Data shown>

- - - - - - -

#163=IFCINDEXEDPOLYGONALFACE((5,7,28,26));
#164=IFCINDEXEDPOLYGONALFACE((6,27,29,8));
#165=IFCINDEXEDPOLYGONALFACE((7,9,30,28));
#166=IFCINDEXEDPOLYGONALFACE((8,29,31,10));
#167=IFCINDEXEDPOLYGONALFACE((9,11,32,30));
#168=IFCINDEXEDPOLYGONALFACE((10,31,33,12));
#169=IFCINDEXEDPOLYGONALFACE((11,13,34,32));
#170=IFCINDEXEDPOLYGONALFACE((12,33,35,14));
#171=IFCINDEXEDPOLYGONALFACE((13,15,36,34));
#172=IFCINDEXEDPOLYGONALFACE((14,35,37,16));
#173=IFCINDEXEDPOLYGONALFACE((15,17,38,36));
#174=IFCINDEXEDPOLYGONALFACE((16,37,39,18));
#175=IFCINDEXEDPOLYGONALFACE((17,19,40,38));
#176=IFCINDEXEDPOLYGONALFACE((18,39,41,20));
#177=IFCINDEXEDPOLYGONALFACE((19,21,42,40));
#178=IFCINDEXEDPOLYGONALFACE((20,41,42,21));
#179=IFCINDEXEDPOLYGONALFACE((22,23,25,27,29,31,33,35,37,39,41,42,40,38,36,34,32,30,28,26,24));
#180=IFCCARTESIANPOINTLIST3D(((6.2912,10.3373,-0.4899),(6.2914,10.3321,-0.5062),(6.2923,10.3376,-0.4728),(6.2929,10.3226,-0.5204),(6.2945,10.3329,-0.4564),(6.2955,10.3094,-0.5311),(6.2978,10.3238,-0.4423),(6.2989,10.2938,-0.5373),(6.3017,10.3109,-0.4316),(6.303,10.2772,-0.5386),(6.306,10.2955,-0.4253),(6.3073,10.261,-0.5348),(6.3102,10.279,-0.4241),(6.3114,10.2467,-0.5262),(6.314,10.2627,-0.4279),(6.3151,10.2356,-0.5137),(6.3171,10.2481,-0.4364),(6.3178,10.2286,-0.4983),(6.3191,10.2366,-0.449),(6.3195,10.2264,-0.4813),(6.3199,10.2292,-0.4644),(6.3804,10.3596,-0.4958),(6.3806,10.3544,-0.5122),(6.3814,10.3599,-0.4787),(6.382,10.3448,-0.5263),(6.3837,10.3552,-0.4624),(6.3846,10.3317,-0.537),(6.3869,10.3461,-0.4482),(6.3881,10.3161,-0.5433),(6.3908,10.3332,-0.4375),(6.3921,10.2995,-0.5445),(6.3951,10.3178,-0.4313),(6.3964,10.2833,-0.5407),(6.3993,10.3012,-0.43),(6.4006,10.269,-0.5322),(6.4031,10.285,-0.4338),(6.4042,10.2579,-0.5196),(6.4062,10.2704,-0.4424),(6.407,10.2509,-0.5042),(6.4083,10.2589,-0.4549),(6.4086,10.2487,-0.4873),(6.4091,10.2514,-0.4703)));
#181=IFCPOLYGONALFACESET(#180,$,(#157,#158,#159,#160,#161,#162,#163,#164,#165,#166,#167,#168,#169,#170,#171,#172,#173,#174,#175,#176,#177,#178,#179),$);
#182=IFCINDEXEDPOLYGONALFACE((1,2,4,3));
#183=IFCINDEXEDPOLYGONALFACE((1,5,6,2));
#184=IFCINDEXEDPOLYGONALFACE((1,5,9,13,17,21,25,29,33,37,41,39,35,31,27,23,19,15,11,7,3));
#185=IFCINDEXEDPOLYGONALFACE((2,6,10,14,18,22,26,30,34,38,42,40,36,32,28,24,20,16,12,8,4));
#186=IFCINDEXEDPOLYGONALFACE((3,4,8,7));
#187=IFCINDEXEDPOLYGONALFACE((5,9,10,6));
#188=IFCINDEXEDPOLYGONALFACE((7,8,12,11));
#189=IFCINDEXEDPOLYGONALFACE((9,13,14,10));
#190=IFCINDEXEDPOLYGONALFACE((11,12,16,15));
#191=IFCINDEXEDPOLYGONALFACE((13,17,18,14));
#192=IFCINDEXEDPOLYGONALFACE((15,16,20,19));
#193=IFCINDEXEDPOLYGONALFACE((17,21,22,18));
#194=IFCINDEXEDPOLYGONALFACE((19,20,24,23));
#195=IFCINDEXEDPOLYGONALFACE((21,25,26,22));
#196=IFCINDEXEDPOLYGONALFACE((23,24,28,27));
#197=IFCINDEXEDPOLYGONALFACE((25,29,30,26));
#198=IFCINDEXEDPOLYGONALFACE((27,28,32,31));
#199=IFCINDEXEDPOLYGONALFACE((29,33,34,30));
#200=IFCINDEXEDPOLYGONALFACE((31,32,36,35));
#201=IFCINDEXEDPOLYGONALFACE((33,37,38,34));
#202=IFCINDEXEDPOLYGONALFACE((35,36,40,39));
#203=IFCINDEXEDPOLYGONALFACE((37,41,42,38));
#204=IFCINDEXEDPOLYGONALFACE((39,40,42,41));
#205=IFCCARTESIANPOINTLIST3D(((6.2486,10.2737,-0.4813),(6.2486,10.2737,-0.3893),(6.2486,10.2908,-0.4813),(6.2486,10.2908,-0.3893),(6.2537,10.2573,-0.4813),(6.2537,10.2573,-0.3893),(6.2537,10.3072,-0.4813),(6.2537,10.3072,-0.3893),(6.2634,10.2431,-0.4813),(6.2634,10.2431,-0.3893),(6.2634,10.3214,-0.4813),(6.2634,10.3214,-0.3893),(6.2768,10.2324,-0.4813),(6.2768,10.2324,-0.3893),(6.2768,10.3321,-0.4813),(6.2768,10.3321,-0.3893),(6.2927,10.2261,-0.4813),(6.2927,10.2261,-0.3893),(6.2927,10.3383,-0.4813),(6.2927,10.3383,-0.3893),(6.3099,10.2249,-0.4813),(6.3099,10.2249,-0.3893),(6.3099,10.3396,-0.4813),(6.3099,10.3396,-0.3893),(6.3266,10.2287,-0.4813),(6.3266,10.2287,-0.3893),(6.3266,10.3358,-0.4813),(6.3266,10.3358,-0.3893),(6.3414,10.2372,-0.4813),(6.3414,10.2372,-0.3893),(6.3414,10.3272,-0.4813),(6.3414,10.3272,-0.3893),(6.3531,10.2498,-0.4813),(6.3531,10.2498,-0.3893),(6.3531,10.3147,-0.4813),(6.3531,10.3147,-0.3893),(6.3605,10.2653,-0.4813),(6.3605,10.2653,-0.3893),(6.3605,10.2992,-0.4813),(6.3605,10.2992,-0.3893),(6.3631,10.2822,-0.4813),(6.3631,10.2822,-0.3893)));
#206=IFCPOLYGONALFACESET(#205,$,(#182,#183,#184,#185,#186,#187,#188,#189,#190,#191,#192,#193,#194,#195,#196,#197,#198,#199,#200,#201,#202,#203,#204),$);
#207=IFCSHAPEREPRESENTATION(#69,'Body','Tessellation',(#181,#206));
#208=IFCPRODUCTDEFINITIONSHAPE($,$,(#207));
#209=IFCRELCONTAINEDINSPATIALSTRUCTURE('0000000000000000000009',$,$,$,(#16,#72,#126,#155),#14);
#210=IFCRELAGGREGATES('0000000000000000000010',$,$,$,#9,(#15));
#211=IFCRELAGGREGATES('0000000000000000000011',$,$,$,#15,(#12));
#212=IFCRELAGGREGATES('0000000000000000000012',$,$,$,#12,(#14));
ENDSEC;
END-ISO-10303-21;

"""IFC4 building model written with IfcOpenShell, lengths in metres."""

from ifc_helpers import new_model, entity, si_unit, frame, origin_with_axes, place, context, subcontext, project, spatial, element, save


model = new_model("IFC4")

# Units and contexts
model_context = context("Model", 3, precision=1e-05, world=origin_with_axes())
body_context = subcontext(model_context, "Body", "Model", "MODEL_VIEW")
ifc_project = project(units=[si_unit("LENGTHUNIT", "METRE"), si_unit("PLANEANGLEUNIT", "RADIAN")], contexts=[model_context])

- - - - - - -

Using the records above, repeat exactly the lines from the first one through the line with "#172=IFCINDEXEDPOLYGONALFACE((14,35,37,16));".

Answer>
#163=IFCINDEXEDPOLYGONALFACE((5,7,28,26));
#164=IFCINDEXEDPOLYGONALFACE((6,27,29,8));
#165=IFCINDEXEDPOLYGONALFACE((7,9,30,28));
#166=IFCINDEXEDPOLYGONALFACE((8,29,31,10));
#167=IFCINDEXEDPOLYGONALFACE((9,11,32,30));
#168=IFCINDEXEDPOLYGONALFACE((10,31,33,12));
#169=IFCINDEXEDPOLYGONALFACE((11,13,34,32));
#170=IFCINDEXEDPOLYGONALFACE((12,33,35,14));
#171=IFCINDEXEDPOLYGONALFACE((13,15,36,34));
#172=IFCINDEXEDPOLYGONALFACE((14,35,37,16));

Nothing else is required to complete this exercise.